COMÉRCIO – O fluxo de comércio entre Brasil e Ucrânia é pequeno, razão pela qual os efeitos diretos do conflito via relações de importações e exportações devem surtir efeitos pontuais sobre setores específicos. As consequências serão maiores no comércio com a Rússia. Em 2021, o país ocupou a 6ª posição dentre os principais importadores do Brasil, com um total de US$ 5,70 bilhões (2,6% das importações brasileiras). Com relação às exportações, a Rússia foi o 36º maior parceiro comercial do Brasil, contabilizando um total de US$1,59 bilhões (0,6% das exportações brasileiras).

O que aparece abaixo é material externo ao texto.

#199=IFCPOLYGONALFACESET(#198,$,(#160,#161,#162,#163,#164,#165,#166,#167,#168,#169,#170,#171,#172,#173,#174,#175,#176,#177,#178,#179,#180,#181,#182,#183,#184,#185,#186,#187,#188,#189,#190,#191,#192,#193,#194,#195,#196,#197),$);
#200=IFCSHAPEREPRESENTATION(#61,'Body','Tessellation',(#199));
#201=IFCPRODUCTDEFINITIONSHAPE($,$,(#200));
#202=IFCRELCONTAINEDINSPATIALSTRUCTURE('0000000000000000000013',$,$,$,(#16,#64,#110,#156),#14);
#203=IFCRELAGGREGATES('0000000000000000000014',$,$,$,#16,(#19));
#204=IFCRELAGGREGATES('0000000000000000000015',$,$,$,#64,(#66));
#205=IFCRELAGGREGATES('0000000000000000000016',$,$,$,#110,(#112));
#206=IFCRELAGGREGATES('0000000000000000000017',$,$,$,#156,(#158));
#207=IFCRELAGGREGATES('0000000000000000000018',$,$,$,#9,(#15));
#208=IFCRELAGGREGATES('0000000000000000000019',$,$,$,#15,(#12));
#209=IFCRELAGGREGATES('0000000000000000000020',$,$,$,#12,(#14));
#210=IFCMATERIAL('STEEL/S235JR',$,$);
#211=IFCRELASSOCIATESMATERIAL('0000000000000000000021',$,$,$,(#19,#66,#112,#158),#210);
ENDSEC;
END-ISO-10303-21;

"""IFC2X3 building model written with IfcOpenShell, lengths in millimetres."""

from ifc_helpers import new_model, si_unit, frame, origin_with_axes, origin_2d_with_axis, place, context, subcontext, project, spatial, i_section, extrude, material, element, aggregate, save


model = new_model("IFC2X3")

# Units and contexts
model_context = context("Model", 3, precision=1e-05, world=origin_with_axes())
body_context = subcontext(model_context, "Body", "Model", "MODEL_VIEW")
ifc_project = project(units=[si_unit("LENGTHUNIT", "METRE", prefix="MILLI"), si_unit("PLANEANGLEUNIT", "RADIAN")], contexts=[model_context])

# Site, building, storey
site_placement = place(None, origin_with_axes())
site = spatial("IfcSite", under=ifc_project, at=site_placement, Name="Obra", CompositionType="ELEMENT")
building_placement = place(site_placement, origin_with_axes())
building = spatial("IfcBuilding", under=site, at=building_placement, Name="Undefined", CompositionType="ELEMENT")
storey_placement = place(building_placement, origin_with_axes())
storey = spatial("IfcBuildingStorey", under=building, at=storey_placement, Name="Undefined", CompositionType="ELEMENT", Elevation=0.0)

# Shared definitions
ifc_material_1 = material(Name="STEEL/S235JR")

Dentre os principais produtos que o Brasil importa da Rússia, destacam-se: produtos químicos (principalmente fertilizantes); óleos leves de petróleo; carvão mineral (hulha betuminosa e hulha antracita); e metalurgia (alumínio e paládio). “Como o Brasil importa principalmente fertilizantes agrícolas, o acesso mais restrito a esses insumos poderá impactar as próximas safras”, avalia Fonseca. Para alguns dos produtos importados, como metais básicos e de produtos químicos, existem possíveis substitutos no curto prazo para evitar a indisponibilidade de certos bens, ainda que os preços praticados sejam mais altos.
Do lado das exportações, as vendas brasileiras para Rússia são concentradas em: produtos agrícolas (soja, café), da indústria alimentícia (carne, açúcar), máquinas e equipamentos agrícolas e metalurgia (ferronióbio), de modo que os exportadores possivelmente precisarão realocar essas vendas. Entre os manufaturados, 10,5% dos tratores e 11,6% dos aparelhos usados para pulverizar líquidos ou pós exportados pelo Brasil nos últimos 5 anos foram para Rússia. Outros 6,5% das vendas brasileiras desses aparelhos entre 2017 e 2021 foram para Ucrânia.